Being an actual manufacturer means honest communication and iterative learning drive every improvement. When a customer points out subtle differences in reactivity or physical properties from one year to the next, we don’t dismiss the report as a random outlier. Instead, our production and QC teams dig into the synthesis pathway, storage conditions, and packaging records. Incremental tweaks—a solvent swap, incremental chilling, modified filter media—lead to a steadier product.
Through ongoing technical dialogue with client partners, we study each process complaint, cross-linking it to analytical and batch production records. This level of traceability, born of years managing small- and large-scale lots, produces a product specification that reflects the actual needs of the people who use it—not just an idealized datasheet. In each technical bulletin, we include practical guidance on product handling, storage, and troubleshooting—based on both our own production records and field data from customer facilities.
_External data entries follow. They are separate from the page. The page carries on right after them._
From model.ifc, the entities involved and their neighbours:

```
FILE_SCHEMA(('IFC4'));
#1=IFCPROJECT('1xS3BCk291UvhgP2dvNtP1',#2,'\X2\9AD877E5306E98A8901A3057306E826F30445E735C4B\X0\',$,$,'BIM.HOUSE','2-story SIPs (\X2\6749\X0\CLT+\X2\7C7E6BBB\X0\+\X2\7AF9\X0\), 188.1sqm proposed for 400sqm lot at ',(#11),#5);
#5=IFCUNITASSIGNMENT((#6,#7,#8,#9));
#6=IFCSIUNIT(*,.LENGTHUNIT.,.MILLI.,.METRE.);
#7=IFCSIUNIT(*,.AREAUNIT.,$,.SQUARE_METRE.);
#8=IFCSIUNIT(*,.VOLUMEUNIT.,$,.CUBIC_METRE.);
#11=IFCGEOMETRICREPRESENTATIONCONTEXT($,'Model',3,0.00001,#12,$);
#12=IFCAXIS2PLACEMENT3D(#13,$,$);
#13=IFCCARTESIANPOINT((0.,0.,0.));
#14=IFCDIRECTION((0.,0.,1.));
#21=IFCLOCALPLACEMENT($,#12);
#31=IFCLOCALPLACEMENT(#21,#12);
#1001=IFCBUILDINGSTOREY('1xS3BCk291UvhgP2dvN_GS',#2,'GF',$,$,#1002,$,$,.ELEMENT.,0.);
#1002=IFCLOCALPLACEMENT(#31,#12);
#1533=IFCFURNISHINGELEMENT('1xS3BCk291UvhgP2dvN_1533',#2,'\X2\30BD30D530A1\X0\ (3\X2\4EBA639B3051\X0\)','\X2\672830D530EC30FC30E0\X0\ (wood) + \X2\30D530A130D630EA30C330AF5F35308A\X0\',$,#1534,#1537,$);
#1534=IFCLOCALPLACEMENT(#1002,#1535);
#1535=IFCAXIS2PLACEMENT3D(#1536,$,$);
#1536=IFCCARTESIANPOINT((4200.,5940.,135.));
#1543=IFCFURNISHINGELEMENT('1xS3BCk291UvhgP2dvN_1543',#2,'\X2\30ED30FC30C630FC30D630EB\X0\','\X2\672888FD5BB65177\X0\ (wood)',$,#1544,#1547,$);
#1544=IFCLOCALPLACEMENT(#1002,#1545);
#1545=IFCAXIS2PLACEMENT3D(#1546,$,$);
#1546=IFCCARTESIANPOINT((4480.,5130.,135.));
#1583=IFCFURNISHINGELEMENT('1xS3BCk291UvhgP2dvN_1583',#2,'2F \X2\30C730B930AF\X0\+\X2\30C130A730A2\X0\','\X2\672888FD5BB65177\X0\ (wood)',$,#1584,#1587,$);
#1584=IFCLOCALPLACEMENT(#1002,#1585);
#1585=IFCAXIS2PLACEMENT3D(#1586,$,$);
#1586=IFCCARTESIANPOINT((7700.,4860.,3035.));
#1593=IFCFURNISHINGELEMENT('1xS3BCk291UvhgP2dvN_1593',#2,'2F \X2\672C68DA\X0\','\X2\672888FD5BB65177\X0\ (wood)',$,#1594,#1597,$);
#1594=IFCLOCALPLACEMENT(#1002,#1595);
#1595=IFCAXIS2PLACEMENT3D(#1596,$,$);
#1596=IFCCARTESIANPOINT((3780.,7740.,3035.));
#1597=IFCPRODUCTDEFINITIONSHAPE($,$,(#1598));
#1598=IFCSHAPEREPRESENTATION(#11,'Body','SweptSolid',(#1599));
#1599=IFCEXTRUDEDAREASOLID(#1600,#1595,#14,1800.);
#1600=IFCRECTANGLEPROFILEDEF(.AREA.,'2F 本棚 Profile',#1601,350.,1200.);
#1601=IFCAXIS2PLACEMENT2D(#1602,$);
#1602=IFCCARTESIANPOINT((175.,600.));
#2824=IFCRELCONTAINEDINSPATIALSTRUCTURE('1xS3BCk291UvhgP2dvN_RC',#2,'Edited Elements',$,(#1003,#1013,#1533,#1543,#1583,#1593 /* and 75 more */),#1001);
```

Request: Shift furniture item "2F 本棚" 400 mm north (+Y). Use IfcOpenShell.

```python
import ifcopenshell
import ifcopenshell.api.geometry
import ifcopenshell.util.placement

model = ifcopenshell.open("model.ifc")

item = model.by_guid("1xS3BCk291UvhgP2dvN_1593")
matrix = ifcopenshell.util.placement.get_local_placement(item.ObjectPlacement)
matrix[1, 3] += 400.0
ifcopenshell.api.geometry.edit_object_placement(model, product=item, matrix=matrix, is_si=False)

print(ifcopenshell.util.placement.get_local_placement(item.ObjectPlacement).round(3) + 0.0)

model.write("model_v2.ifc")
```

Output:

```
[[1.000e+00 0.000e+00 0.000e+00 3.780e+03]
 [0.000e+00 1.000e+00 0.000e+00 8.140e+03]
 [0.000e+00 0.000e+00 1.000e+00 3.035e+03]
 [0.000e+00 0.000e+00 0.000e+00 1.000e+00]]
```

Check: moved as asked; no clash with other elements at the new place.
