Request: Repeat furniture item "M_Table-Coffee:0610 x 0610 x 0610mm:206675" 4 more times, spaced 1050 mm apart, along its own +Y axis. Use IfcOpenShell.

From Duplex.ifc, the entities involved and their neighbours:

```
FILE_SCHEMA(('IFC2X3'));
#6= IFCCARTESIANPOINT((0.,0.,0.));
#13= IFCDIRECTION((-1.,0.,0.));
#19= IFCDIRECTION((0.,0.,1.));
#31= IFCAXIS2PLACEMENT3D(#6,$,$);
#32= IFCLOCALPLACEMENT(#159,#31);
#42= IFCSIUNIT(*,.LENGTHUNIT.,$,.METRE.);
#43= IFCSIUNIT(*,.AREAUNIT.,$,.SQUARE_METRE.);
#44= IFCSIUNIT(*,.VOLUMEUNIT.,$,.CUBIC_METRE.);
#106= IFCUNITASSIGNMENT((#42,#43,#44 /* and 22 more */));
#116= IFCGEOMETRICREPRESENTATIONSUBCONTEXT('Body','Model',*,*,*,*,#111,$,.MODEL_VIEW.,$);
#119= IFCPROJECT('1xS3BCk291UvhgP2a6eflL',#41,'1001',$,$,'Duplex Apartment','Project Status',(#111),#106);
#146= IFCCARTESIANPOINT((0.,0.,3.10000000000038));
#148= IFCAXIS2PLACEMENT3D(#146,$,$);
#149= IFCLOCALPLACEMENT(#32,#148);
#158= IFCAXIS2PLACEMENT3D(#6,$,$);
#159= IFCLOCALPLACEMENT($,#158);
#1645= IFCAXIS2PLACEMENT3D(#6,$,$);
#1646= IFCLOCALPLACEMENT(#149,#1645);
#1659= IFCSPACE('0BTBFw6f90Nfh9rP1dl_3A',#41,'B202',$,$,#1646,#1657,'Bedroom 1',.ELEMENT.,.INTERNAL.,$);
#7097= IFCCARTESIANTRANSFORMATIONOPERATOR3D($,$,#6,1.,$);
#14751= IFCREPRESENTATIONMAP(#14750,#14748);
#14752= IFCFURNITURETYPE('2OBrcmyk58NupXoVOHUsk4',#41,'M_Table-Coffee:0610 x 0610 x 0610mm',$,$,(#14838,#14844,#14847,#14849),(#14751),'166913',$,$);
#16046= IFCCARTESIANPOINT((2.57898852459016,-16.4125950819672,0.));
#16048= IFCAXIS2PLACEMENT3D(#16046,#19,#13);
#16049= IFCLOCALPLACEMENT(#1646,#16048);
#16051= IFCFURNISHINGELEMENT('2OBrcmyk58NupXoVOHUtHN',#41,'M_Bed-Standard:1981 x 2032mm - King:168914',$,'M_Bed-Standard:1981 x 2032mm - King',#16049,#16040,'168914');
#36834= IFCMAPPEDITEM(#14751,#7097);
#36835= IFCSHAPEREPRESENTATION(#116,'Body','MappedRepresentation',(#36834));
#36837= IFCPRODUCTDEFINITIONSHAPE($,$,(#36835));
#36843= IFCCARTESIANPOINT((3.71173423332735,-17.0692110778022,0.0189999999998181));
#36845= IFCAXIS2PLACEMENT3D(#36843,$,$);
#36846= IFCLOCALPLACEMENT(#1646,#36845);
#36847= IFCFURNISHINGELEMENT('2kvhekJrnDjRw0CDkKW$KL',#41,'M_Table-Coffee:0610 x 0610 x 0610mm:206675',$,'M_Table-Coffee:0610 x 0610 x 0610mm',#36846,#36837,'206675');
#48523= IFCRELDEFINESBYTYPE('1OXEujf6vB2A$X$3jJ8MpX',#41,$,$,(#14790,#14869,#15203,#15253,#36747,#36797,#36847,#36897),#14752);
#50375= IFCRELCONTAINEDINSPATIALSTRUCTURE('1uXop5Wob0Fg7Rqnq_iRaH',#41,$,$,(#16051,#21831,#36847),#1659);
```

```python
import ifcopenshell
import ifcopenshell.api.geometry
import ifcopenshell.api.root
import ifcopenshell.util.element
import ifcopenshell.util.placement
import ifcopenshell.util.unit

model = ifcopenshell.open("Duplex.ifc")
unit_scale = ifcopenshell.util.unit.calculate_unit_scale(model)


def reuse_history(source, copy):
    """copy_class also copies each property set's owner history, people and application; keep the originals."""
    for rel in copy.IsDefinedBy:
        if rel.is_a("IfcRelDefinesByProperties") and (history := rel.RelatingPropertyDefinition.OwnerHistory):
            rel.RelatingPropertyDefinition.OwnerHistory = source.OwnerHistory
            ifcopenshell.util.element.remove_deep2(model, history)


source = model.by_guid("2kvhekJrnDjRw0CDkKW$KL")
base = ifcopenshell.util.placement.get_local_placement(source.ObjectPlacement)
step = base[:3, 1] * 1.05 / unit_scale

for i in range(1, 5):
    copy = ifcopenshell.api.root.copy_class(model, product=source)
    copy.Representation = ifcopenshell.util.element.copy_deep(
        model, source.Representation, exclude=["IfcGeometricRepresentationContext", "IfcRepresentationMap"]
    )
    copy.Name = "M_Table-Coffee:0610 x 0610 x 0610mm"
    copy.Tag = None
    reuse_history(source, copy)
    matrix = base.copy()
    matrix[:3, 3] += i * step
    print("added at", matrix[:3, 3].round(3) + 0.0)
    ifcopenshell.api.geometry.edit_object_placement(model, product=copy, matrix=matrix, is_si=False)

model.write("Duplex-out.ifc")
```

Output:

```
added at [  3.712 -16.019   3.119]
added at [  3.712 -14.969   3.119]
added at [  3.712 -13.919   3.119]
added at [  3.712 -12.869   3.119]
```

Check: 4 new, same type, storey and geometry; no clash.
The landscape of advanced intermediate production continues to shift, with ever-tighter regulatory controls, increasing demand for rapid process adaptation, and new applications outside legacy pharmaceutical projects. We respond to these trends not through generic commitments, but by grounding our process decisions in feedback from those relying on our Methyl [1,2,4]triazolo[1,5-a]pyridine-6-carboxylate for their next breakthrough. As new synthetic strategies emerge, we stay ready to modify product form, analytical assessment, or even packaging to keep pace with novel requirements. Our record comes from real results, not just promises.
Experience taught us that what matters isn’t just shipping a product, but building dependable relationships—supplier to manufacturer, chemist to chemist. Every drum, every sample, every analytical report is an opportunity to improve and support our partners’ success. Our hands-on engagement, ongoing investment in process stability, and openness to co-development keep our material—Methyl [1,2,4]triazolo[1,5-a]pyridine-6-carboxylate—a trusted choice for teams driving innovation in today’s chemical marketplace.